How Unicode Collation Works (2025)

(theobeers.com)

12 points | by theobeers 5 hours ago ago

4 comments

$theobeers 5 hours ago

Submission statement:
Figuring out how to develop a Unicode collator from scratch for a research group that I working with in Berlin was one of my formative experiences as a programmer. Ever since then, I've wanted to write something to collect my thoughts on the Unicode Collation Algorithm and the process of building a conformant implementation. Last summer I had a good excuse to do this, when I decided to adapt my collator to Zig as a way of learning that language.
The Unicode standards, and the (relatively) low-level software libraries based on them, do a lot of things for us to make computing possible.
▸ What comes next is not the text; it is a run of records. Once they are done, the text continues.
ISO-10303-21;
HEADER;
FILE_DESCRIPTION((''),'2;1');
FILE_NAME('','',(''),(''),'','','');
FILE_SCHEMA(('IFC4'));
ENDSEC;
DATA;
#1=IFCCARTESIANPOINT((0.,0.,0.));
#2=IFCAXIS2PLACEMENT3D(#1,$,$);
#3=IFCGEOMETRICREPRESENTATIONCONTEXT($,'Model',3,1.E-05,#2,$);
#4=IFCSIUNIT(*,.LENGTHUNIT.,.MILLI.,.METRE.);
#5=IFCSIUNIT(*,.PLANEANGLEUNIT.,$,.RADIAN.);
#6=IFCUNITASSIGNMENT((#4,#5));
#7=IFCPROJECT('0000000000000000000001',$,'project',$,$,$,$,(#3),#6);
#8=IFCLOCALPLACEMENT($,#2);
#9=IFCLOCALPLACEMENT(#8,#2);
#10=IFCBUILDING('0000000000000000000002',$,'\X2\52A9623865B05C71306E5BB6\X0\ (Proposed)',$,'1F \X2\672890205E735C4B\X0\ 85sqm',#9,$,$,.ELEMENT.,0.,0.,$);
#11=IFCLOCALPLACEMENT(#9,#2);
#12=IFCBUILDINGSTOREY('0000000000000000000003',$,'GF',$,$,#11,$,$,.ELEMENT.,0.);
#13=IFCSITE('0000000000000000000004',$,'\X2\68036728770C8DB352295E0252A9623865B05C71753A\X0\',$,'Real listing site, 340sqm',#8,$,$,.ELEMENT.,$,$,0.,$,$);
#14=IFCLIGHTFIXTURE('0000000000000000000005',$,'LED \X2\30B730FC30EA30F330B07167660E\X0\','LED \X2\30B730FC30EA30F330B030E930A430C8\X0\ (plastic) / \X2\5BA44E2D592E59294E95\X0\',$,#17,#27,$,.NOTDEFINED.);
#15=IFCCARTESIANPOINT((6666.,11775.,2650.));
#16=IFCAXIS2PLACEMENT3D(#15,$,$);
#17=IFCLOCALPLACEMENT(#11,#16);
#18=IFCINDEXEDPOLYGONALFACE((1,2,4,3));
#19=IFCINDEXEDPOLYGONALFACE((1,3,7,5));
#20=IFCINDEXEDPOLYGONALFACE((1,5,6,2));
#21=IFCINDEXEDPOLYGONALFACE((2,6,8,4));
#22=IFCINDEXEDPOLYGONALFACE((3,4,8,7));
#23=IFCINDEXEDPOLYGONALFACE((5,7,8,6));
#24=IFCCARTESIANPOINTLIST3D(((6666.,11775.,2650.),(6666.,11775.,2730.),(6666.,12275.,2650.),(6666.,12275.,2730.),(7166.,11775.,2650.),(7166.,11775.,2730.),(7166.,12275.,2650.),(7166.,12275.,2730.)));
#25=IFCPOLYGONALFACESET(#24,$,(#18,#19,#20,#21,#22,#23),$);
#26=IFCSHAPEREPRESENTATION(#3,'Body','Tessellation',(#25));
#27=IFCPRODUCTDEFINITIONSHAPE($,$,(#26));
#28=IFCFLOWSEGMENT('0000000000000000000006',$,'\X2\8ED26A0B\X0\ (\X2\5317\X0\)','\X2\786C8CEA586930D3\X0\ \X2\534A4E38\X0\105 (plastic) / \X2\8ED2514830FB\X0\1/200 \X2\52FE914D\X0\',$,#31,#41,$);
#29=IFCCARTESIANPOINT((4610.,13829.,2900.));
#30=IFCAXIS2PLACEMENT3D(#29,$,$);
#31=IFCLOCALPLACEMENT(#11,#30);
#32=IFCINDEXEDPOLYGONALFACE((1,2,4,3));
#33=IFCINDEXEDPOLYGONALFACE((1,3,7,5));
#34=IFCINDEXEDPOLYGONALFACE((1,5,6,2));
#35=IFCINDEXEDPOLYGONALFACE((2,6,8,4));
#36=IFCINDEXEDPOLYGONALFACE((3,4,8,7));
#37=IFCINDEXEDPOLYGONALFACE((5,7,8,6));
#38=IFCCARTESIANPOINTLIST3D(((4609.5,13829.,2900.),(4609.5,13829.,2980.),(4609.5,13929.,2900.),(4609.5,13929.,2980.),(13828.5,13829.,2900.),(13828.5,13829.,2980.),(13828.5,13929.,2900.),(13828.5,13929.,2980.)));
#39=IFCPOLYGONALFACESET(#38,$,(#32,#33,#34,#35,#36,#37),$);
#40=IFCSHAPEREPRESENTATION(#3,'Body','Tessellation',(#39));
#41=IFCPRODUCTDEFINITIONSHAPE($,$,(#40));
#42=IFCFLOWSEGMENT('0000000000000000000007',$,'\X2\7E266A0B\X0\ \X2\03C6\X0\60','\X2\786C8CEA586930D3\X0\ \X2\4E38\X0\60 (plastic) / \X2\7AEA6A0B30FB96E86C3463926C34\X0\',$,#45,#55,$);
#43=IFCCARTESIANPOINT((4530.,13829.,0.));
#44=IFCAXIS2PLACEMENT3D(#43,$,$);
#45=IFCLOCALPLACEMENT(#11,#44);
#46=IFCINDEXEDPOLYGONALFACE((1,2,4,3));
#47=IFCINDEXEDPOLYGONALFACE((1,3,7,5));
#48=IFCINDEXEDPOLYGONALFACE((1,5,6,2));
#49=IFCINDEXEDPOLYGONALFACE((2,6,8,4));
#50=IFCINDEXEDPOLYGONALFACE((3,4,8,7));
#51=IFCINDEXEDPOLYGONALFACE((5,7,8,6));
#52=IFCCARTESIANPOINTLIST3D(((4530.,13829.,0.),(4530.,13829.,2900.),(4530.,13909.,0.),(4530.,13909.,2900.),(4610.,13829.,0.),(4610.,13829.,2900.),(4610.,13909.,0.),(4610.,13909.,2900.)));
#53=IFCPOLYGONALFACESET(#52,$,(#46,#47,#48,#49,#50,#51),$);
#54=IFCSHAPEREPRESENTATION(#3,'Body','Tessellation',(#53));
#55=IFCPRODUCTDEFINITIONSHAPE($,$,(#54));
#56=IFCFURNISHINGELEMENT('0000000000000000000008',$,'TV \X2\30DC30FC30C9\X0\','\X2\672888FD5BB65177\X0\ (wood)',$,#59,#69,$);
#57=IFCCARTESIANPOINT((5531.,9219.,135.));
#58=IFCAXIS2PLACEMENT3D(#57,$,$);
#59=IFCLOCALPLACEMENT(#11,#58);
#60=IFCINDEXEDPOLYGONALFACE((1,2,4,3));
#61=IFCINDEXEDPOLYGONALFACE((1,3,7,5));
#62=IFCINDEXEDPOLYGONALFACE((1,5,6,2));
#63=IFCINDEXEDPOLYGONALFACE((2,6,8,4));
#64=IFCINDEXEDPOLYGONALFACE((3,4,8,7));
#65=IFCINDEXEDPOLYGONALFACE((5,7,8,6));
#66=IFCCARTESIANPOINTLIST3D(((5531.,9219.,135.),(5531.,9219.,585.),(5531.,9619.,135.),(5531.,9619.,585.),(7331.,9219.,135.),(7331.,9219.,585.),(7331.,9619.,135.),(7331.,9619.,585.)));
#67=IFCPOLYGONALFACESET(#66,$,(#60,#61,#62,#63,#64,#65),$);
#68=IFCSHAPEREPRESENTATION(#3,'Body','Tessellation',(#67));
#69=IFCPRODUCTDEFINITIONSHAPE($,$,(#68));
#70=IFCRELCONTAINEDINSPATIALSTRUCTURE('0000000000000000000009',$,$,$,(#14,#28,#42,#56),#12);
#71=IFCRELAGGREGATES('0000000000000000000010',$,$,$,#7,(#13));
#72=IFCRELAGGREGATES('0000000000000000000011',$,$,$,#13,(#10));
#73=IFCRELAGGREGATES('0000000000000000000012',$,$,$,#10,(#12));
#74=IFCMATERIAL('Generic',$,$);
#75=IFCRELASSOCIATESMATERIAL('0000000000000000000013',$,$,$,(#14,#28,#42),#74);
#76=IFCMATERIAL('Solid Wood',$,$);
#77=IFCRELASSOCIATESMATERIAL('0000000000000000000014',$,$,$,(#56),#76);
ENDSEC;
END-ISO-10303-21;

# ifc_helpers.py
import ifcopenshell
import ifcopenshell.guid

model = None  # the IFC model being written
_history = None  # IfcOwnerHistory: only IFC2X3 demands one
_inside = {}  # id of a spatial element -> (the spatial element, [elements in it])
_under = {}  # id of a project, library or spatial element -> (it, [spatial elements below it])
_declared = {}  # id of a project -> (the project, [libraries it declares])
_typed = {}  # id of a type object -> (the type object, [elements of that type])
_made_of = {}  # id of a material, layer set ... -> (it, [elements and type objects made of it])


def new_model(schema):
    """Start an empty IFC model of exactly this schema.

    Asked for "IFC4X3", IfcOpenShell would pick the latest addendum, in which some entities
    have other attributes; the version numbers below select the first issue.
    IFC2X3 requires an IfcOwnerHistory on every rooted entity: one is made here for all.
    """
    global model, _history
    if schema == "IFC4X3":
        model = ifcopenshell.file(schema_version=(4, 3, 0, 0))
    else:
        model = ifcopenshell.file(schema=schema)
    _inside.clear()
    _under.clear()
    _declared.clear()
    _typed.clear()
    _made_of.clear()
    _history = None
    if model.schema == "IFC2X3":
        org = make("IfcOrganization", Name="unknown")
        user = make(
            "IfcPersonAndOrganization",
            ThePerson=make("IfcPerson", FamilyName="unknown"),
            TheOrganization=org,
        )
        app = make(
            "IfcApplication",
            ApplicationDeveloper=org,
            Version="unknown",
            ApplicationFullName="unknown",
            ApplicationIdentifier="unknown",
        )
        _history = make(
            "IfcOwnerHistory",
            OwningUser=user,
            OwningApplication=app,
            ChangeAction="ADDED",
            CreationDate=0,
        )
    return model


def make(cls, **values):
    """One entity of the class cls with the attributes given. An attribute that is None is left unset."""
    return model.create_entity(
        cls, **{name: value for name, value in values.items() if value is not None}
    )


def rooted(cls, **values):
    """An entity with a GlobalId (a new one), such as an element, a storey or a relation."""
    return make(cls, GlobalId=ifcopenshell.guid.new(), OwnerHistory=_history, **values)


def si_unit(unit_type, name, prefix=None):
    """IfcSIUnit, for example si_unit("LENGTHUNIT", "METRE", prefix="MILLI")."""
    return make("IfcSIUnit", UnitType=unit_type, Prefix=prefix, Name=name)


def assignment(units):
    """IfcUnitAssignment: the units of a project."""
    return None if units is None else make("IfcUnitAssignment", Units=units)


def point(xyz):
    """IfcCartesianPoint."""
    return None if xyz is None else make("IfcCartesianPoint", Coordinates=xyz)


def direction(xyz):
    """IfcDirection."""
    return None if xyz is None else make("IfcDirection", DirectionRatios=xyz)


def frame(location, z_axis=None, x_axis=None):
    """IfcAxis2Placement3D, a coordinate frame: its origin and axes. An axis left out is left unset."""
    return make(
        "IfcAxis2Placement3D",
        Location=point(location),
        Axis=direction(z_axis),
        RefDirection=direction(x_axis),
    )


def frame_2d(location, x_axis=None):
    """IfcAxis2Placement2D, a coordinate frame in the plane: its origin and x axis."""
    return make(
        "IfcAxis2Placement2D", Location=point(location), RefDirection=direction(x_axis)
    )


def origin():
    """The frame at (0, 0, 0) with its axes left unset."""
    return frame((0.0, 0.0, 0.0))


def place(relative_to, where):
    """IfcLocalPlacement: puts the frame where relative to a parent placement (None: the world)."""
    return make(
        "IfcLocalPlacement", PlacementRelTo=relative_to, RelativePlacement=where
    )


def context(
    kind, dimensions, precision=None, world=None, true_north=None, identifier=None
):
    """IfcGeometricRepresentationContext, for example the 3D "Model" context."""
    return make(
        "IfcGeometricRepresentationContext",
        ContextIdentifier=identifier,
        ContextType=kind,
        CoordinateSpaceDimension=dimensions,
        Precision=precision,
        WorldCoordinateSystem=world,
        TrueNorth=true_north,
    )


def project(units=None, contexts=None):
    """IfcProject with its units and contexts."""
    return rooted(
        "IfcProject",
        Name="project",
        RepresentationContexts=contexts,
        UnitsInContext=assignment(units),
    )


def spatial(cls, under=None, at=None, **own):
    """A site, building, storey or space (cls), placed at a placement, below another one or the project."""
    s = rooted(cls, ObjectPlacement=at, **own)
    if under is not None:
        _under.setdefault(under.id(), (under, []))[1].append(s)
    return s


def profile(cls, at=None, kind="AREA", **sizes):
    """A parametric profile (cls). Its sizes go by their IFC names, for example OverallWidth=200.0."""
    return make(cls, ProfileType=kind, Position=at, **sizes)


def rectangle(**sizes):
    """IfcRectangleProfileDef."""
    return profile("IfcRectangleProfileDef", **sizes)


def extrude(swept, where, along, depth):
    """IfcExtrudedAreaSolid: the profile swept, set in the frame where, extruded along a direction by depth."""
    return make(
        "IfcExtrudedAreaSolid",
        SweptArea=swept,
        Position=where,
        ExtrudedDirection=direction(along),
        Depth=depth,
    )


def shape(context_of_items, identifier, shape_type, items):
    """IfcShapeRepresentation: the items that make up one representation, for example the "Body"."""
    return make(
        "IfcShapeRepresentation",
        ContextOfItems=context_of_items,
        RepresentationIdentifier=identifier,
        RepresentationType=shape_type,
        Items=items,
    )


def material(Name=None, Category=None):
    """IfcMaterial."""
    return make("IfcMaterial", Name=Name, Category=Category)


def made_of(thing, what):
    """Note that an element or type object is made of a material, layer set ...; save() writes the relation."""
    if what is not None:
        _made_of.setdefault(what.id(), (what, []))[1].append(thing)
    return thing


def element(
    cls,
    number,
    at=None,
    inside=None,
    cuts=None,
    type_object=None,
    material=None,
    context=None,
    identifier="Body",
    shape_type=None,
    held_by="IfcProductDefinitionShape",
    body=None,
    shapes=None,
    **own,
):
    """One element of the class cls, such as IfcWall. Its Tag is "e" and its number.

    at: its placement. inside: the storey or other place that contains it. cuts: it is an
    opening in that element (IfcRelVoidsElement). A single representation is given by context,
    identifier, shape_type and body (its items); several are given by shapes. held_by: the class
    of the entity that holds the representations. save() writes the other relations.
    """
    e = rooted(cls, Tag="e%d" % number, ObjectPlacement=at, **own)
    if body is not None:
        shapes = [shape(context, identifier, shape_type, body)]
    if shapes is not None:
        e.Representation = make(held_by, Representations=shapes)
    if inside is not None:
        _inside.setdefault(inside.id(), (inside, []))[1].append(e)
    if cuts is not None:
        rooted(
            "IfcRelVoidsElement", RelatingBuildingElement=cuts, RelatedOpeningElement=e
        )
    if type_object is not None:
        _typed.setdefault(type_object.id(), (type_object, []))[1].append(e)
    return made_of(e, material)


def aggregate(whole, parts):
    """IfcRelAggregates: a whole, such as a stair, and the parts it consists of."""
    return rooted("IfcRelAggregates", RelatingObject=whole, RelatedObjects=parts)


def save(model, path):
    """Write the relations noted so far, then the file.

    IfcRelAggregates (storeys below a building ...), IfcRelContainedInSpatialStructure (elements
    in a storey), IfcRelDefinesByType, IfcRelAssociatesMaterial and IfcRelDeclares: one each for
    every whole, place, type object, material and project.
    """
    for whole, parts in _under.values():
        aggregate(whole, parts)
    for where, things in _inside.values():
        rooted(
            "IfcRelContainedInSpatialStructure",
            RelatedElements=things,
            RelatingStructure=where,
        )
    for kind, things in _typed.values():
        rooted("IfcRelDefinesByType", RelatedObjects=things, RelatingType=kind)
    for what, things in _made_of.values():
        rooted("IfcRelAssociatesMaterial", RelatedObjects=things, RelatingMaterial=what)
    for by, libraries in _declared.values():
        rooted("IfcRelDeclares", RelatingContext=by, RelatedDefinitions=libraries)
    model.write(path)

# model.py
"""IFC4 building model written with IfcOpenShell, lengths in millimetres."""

from ifc_helpers import new_model, si_unit, frame, frame_2d, origin, place, context, project, spatial, rectangle, extrude, material, element, save


model = new_model("IFC4")

# Units and contexts
model_context = context("Model", 3, precision=1e-05, world=origin())
ifc_project = project(units=[si_unit("LENGTHUNIT", "METRE", prefix="MILLI"), si_unit("PLANEANGLEUNIT", "RADIAN")], contexts=[model_context])

# Site, building, storey
site_placement = place(None, origin())
site = spatial("IfcSite", under=ifc_project, at=site_placement, Name="栃木県足利市助戸新山町", ObjectType="Real listing site, 340sqm", CompositionType="ELEMENT", RefElevation=0.0)
building_placement = place(site_placement, origin())
building = spatial("IfcBuilding", under=site, at=building_placement, Name="助戸新山の家 (Proposed)", ObjectType="1F 木造平屋 85sqm", CompositionType="ELEMENT", ElevationOfRefHeight=0.0, ElevationOfTerrain=0.0)
storey_placement = place(building_placement, origin())
storey = spatial("IfcBuildingStorey", under=building, at=storey_placement, Name="GF", CompositionType="ELEMENT", Elevation=0.0)

# Shared definitions
ifc_material_1 = material(Name="Solid Wood")

# Shared definitions
ifc_material_2 = material(Name="Generic")

# Light fixture
light_fixture_placement = place(storey_placement, frame((6666.0, 11775.0, 2650.0)))
element("IfcLightFixture", 1, at=light_fixture_placement, inside=storey, material=ifc_material_2, Name="LED シーリング照明", Description="LED シーリングライト (plastic) / 室中央天井", PredefinedType="NOTDEFINED", context=model_context, shape_type="SweptSolid", body=[
    extrude(rectangle(XDim=500.0, YDim=500.0, at=frame_2d((250.0, 250.0))), frame((6666.0, 11775.0, 2650.0)), (0.0, 0.0, 1.0), 80.0),
])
We have the luxury of not needing to worry about most of those things most of the time. I find it humbling whenever I do peek under the hood.
[-]
- $adaptit 5 hours ago
  
  Probably a naive question, but: couldn't you precompute some vector representation of the string once, and reduce collation to a vector comparison? Basically move the cost upfront and get back to the "fast" byte-comparison case?
  [-]
  - $theobeers 4 hours ago
    
    Well, that's sort of like what the "sort key" of a given string is: a vector of its nonzero primary-level collation weights, then secondaries, then tertiaries... And once you know what collation options you're using (tailoring etc.), you could just compute the sort key of each string as you encounter it and cache that. Then you would be able to reach a collation decision rapidly for any two strings whose sort keys you already have. It does boil down to vector comparison at that point.
    I experimented with adding an LRU cache to my Rust UCA implementation, but I saw essentially no performance benefit (on the workloads I had), and I decided the feature wasn't worth the complexity and removed it.
    Something I found about Unicode collation is that, once the fast paths are added, they get hit a surprisingly large percentage of the time. I'm thinking in particular of the way that performant UCA implementations build sort keys lazily, stopping once a collation decision is reached. The average "point of difference" is at the primary level and within a few characters of the start of each string. Only a small portion of the sort keys ever get built.
    I am definitely interested in finding more ways to avoid work in the collation routine. Many times, I've had what I thought was a clever idea and found that it didn't pan out in benchmarks. Thank you for your comment!
    [-]
    - $adaptit 3 hours ago
      
      Ah ok, the lazy construction part is what I was missing, if you basically never build the full key, there's nothing to cache. Makes sense now why the LRU didn't help. I'll think about it over the nextdays.